Heidi Kitrosser

  • March 20, 2017
    Guest Post

    by Heidi Kitrosser, Professor of Law, University of Minnesota Law School

    Last month, a panel of the U.S. Court of Appeals for the Ninth Circuit denied the Trump administration’s request to stay a federal district court judge’s temporary injunction against the first version of President Trump’s travel order. Some critics of the Ninth Circuit’s opinion have argued, among other things, that the panel should not have considered Donald Trump’s statements as evidence that the order purposefully discriminated against Muslims. These critics suggest that presidential campaign speech categorically ought not to be included among the evidence to which courts look to determine whether a law was passed for discriminatory reasons.

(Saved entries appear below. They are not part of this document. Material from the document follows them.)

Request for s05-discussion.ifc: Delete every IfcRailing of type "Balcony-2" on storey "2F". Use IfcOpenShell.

First a look at what the model holds.

```python
import ifcopenshell
import ifcopenshell.util.element

model = ifcopenshell.open("s05-discussion.ifc")
print(model.schema)
storey = next(s for s in model.by_type("IfcBuildingStorey") if s.Name == "2F")
railings = [e for e in ifcopenshell.util.element.get_decomposition(storey) if e.is_a("IfcRailing")]
seen = {}
for e in railings:
    element_type = ifcopenshell.util.element.get_type(e)
    name = element_type.Name if element_type not in (None, e) else None
    seen[name] = seen.get(name, 0) + 1
for name, count in sorted(seen.items(), key=str):
    print(count, "x", name)
```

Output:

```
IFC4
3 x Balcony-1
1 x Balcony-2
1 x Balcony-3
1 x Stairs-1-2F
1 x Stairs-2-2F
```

```python
import ifcopenshell
import ifcopenshell.api.root
import ifcopenshell.util.element

model = ifcopenshell.open("s05-discussion.ifc")

storey = next(s for s in model.by_type("IfcBuildingStorey") if s.Name == "2F")
railings = [e for e in ifcopenshell.util.element.get_decomposition(storey) if e.is_a("IfcRailing")]
targets = [e for e in railings if (t := ifcopenshell.util.element.get_type(e)) not in (None, e) and t.Name == "Balcony-2"]

for e in targets:
    ifcopenshell.api.root.remove_product(model, product=e)
print(len(targets), "removed")

model.write("s05-discussion_v2.ifc")
```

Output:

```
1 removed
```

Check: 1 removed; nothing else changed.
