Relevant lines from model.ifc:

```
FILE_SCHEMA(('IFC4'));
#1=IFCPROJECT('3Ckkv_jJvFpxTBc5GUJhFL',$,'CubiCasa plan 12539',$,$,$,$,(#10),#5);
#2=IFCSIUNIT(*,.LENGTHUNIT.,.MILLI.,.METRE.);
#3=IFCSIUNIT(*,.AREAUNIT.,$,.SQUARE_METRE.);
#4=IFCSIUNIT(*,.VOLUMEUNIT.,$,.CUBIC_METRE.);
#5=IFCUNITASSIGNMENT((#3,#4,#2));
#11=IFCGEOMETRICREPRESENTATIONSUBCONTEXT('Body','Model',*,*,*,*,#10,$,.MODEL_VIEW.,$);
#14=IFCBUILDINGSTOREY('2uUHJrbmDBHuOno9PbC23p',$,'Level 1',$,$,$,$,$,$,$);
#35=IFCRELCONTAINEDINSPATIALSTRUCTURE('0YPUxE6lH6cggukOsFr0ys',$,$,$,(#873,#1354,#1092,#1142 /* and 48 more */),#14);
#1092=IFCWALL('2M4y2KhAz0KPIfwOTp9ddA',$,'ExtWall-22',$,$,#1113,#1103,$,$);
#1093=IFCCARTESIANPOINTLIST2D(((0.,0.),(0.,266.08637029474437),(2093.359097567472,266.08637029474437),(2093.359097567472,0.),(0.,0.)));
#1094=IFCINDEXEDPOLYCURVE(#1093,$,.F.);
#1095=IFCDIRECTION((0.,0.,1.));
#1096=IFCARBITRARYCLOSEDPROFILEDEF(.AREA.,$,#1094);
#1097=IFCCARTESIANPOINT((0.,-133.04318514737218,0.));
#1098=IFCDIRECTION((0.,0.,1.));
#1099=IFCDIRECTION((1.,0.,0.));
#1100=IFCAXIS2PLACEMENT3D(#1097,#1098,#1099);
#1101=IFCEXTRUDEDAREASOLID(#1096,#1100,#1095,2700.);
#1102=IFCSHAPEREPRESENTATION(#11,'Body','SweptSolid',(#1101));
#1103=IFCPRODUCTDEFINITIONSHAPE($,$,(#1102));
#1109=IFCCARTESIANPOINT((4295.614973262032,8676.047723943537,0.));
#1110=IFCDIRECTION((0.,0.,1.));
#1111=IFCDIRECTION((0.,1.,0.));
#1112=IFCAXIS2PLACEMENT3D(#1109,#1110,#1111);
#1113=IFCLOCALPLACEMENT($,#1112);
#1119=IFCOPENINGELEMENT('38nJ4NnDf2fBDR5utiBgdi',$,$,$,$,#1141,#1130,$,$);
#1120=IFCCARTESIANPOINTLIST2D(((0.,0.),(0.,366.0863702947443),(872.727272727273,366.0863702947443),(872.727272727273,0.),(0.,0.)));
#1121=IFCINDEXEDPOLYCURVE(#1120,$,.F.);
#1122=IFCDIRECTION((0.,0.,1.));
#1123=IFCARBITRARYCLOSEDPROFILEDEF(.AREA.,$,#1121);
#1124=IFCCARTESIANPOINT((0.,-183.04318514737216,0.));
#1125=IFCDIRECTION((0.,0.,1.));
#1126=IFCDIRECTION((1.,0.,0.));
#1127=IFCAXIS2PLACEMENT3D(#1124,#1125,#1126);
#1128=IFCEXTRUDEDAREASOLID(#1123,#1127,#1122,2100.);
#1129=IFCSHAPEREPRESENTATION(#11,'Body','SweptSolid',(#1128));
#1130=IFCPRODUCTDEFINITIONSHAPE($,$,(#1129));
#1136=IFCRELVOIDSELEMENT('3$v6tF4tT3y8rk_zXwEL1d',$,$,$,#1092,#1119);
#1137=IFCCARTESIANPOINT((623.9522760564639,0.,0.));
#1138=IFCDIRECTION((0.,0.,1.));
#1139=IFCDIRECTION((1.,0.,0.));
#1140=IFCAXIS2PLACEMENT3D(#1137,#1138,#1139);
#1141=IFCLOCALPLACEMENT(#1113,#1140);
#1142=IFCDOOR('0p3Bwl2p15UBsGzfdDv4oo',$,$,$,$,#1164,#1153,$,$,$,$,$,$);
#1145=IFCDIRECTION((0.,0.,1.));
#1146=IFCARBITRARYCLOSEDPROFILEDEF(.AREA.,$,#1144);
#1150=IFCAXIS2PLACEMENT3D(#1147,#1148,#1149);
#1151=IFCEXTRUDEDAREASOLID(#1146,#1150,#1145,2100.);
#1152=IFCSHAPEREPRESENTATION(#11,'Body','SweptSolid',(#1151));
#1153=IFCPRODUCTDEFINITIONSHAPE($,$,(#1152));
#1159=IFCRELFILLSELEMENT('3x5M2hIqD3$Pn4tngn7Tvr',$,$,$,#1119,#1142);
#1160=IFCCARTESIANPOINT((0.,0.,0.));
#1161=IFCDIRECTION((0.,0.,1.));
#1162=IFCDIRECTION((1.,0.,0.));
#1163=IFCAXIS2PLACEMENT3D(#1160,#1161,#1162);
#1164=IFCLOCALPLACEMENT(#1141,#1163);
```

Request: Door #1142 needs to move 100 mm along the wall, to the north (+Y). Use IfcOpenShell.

```python
import ifcopenshell
import ifcopenshell.api.geometry
import ifcopenshell.util.placement
import ifcopenshell.util.unit

model = ifcopenshell.open("model.ifc")
unit_scale = ifcopenshell.util.unit.calculate_unit_scale(model)

door = model.by_guid("0p3Bwl2p15UBsGzfdDv4oo")
opening = door.FillsVoids[0].RelatingOpeningElement
wall = opening.VoidsElements[0].RelatingBuildingElement

wall_matrix = ifcopenshell.util.placement.get_local_placement(wall.ObjectPlacement)
shift = wall_matrix[:3, 0] * 0.1 / unit_scale
before = ifcopenshell.util.placement.get_local_placement(door.ObjectPlacement)[:3, 3].copy()

# The door is placed relative to its opening, so it follows when the opening moves.
matrix = ifcopenshell.util.placement.get_local_placement(opening.ObjectPlacement)
matrix[:3, 3] += shift
ifcopenshell.api.geometry.edit_object_placement(
    model, product=opening, matrix=matrix, is_si=False, should_transform_children=True
)

after = ifcopenshell.util.placement.get_local_placement(door.ObjectPlacement)[:3, 3]
print("door moved by", (after - before).round(3) + 0.0)

model.write("model_updated.ifc")
```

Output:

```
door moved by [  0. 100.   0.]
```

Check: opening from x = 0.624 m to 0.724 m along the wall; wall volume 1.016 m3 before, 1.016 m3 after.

    This past Friday, Judge Kozinski – in an opinion joined by four of his fellow Ninth Circuit judges, dissenting from the Ninth Circuit’s refusal to vacate the panel opinion on the First Travel Order – joined these critics. Judge Kozinski characterized the panel’s use of Trump’s own statements as an “evidentiary snark hunt.” This approach, he warned, will reward lawyers for sifting through a candidate’s “often contradictory or inflammatory” statements, “when in truth the poor schlub’s only intention is to get elected.”  Worse still, it “will chill campaign speech,” as candidates censor themselves for fear of uttering statements that will haunt them in court one day.

    The concerns voiced by Judge Kozinski and other critics are misplaced. As both the Ninth Circuit panel and the federal trial court that first ruled on the case recognized, it is well established that courts may – indeed, often must – look beyond the face of a law to determine whether it is motivated partly by a discriminatory purpose. A contrary rule would create gaping loopholes in constitutional and statutory bars against religious or other forms of discrimination. To be sure, judicial inquiries into alleged discriminatory purposes are highly context-sensitive. A stray bigoted statement by a legislator or executive is unlikely to persuade a court that a measure is discriminatory in the face of ample evidence that it was directed toward, and serves a legitimate, non-discriminatory interest. On the other hand, a long history of public statements promising to take a particular action against a given group may well convince a court that the promised action, once taken, does purposefully discriminate against that group. At minimum, that history is relevant to the judicial inquiry, even if the court ultimately deems it outweighed by countervailing evidentiary factors. Were courts not free to so much as consider such history, the judicial power regarding anti-discrimination laws would be dramatically curtailed.